Kasus yang diduga berlangsung pada periode 2022–2023 itu disebut dilakukan secara terstruktur dengan melibatkan pegawai bank, perusahaan cangkang, hingga pihak perusahaan bowheer.
Dalam perkara tersebut, penyidik telah menetapkan 15 orang sebagai tersangka. Masing-masing diduga memiliki peran berbeda, mulai dari pengajuan kredit menggunakan dokumen palsu, penyediaan perusahaan sebagai debitur fiktif, hingga pembuatan dokumen pendukung agar pengajuan kredit seolah-olah memenuhi persyaratan.
Kasus ini diduga bermula dari penyalahgunaan fasilitas kredit melalui skema post financing. Para pelaku diduga memalsukan dokumen pengajuan kredit serta menggunakan perusahaan cangkang sebagai debitur untuk memperoleh pencairan dana dari bank.
Dari 15 tersangka, tiga orang langsung ditahan penyidik.
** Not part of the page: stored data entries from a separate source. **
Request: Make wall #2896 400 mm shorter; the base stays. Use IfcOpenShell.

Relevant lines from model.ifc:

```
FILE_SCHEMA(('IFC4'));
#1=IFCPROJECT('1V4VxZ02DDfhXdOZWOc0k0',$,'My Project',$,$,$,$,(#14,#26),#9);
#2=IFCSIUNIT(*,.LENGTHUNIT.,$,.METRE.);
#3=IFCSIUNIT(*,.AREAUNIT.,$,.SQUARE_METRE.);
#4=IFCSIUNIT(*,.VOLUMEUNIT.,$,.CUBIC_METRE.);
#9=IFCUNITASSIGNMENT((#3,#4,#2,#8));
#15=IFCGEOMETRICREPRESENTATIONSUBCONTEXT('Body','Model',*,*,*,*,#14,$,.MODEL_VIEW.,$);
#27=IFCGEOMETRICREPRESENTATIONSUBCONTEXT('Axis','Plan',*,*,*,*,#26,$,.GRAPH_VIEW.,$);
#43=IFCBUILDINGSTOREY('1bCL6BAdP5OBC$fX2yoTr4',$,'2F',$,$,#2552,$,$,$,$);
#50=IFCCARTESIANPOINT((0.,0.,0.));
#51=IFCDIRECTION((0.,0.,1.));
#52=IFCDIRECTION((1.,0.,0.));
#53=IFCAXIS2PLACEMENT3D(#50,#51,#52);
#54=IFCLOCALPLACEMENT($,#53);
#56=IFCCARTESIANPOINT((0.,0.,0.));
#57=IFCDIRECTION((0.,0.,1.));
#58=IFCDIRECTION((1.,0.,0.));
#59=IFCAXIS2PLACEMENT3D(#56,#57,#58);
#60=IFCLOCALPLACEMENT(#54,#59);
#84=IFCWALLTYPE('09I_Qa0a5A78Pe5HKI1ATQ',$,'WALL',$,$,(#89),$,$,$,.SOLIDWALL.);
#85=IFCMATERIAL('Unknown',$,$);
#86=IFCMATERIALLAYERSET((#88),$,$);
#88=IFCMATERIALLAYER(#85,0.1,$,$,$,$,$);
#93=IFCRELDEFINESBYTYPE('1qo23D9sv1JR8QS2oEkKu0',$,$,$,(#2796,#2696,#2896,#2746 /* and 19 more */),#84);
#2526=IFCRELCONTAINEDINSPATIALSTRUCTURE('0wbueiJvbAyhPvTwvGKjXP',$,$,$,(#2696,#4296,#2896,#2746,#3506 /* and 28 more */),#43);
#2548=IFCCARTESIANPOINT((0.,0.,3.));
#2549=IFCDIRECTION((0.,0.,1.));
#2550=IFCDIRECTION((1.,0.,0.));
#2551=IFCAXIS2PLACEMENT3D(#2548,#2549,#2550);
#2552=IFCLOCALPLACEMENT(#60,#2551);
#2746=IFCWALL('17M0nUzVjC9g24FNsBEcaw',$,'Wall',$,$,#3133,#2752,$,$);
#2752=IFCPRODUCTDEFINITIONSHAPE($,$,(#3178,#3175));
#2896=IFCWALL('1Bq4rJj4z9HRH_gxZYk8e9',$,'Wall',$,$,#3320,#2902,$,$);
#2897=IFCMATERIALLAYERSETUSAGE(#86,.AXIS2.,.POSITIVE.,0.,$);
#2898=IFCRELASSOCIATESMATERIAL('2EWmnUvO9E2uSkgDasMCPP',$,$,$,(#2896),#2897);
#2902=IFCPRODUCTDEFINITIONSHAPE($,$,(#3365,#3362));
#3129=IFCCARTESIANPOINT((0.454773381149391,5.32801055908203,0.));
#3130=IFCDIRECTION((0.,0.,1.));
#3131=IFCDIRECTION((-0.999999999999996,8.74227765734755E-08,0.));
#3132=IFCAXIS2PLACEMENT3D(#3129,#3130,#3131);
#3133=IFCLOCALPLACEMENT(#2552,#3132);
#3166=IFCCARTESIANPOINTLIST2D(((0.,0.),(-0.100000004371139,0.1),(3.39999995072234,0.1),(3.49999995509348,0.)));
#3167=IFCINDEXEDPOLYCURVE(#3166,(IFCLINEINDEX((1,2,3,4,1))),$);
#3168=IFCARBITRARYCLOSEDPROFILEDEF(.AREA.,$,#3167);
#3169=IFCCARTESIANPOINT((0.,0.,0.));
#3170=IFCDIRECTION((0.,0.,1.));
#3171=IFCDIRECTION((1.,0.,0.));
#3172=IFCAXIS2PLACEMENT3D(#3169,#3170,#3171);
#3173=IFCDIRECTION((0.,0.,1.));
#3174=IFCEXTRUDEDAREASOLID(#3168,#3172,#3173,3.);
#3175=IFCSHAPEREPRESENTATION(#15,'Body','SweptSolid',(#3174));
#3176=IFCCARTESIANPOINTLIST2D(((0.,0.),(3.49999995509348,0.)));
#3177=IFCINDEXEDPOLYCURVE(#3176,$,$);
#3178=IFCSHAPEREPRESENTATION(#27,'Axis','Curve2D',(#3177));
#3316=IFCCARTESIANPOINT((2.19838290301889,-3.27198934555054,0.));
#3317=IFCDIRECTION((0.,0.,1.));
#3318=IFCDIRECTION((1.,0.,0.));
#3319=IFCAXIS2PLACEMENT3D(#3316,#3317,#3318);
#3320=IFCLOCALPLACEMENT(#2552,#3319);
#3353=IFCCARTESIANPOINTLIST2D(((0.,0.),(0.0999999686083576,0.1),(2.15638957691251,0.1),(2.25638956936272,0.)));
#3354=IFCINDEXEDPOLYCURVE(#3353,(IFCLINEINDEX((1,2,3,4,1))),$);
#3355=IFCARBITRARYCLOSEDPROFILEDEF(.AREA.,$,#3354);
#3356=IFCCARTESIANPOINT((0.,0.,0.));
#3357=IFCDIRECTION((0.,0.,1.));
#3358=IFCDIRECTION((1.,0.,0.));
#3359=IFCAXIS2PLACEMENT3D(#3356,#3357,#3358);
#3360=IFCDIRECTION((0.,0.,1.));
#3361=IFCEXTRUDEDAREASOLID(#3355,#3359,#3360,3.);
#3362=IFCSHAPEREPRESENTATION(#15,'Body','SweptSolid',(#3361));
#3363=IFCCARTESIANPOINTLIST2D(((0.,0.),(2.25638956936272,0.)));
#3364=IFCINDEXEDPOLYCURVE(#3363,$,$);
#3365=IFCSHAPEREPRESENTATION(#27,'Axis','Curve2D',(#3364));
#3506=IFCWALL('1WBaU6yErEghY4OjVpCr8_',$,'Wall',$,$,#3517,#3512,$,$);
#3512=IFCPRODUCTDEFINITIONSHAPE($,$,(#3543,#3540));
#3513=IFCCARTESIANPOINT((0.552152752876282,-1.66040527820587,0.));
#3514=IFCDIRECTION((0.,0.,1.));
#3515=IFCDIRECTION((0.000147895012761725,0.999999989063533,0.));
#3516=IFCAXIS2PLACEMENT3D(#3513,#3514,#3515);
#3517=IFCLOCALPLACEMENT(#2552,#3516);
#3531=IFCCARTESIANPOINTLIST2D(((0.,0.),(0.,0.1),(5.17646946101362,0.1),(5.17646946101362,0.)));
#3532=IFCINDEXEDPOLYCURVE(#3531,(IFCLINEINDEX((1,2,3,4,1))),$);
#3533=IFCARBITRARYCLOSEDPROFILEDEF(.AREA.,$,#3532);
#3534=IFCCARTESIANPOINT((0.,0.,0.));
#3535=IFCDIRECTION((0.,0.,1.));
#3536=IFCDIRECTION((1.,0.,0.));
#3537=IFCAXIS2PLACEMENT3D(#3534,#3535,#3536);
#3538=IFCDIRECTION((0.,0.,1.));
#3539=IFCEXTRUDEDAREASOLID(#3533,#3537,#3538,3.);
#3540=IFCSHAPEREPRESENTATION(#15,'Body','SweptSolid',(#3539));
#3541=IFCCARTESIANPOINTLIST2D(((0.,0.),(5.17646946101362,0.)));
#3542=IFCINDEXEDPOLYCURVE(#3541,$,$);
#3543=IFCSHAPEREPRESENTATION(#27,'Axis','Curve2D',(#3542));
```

```python
import ifcopenshell
import ifcopenshell.geom
import ifcopenshell.util.representation
import ifcopenshell.util.shape

model = ifcopenshell.open("model.ifc")
settings = ifcopenshell.geom.settings()


def volume(element):
    """Net volume in cubic metres, openings subtracted."""
    shape = ifcopenshell.geom.create_shape(settings, element)
    return ifcopenshell.util.shape.get_volume(shape.geometry)


wall = model.by_guid("1Bq4rJj4z9HRH_gxZYk8e9")
before = volume(wall)

body = ifcopenshell.util.representation.get_representation(wall, "Model", "Body")
solid = body.Items[0]
old_height = solid.Depth
solid.Depth -= 0.4
after = volume(wall)

print(f"height {old_height:g} -> {solid.Depth:g}, volume {before:.3f} -> {after:.3f} m3")

model.write("model_v2.ifc")
```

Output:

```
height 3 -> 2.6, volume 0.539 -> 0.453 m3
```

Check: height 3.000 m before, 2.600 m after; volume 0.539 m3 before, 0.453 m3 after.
Mereka adalah EY dan MZD yang merupakan pegawai KC BRI Palembang, serta YAW selaku Direktur PT NAB yang berperan sebagai pihak debitur.
Sementara itu, dua tersangka lainnya, yakni ES selaku Direktur PT SSS dan RH selaku Direktur PT KKB, belum dilakukan penahanan dalam perkara ini karena telah lebih dahulu menjalani penahanan dalam kasus lain.
Adapun 10 tersangka lainnya belum ditahan. Tiga di antaranya merupakan pihak debitur, yakni AEP selaku Direktur PT PM, MAA selaku Direktur PT IHC, dan MAP selaku Direktur CV RE.
Empat tersangka lainnya merupakan karyawan perusahaan bowheer, yaitu JJ dan LEK dari PT TI, HR dari PT PLNP, serta AMK dari PT BA.
Berdasarkan hasil penyidikan, mereka diduga bertugas memberikan konfirmasi terhadap perusahaan-perusahaan cangkang yang mengajukan fasilitas kredit sehingga seolah-olah memenuhi ketentuan.
Sedangkan tiga tersangka lainnya, yakni HFD, ARB, dan KHS, diduga berperan menyiapkan serta merekayasa dokumen pengajuan kredit agar tampak asli dan memenuhi persyaratan administrasi.
Dalam proses penyidikan, polisi telah memeriksa sedikitnya 48 saksi yang terdiri atas pihak perbankan, perusahaan bowheer, ahli dari Otoritas Jasa Keuangan (OJK), ahli pidana dari Universitas Indonesia, serta saksi petunjuk lainnya.
Kasubdit Perbankan Ditreskrimsus Polda Sumsel AKBP Resti Arini SH mengatakan penyidik juga membuka kemungkinan penerapan tindak pidana pencucian uang (TPPU) mengingat besarnya kerugian yang ditimbulkan.
“Terkait perkara ini tentu kami upayakan untuk dilakukan TPPU mengingat kerugian yang ditimbulkan mencapai Rp90 miliar,” ujar AKBP Resti Arini.
Penyidik masih terus mengembangkan perkara untuk menelusuri aliran dana hasil kejahatan serta kemungkinan adanya pihak lain yang turut menikmati maupun terlibat dalam dugaan tindak pidana tersebut.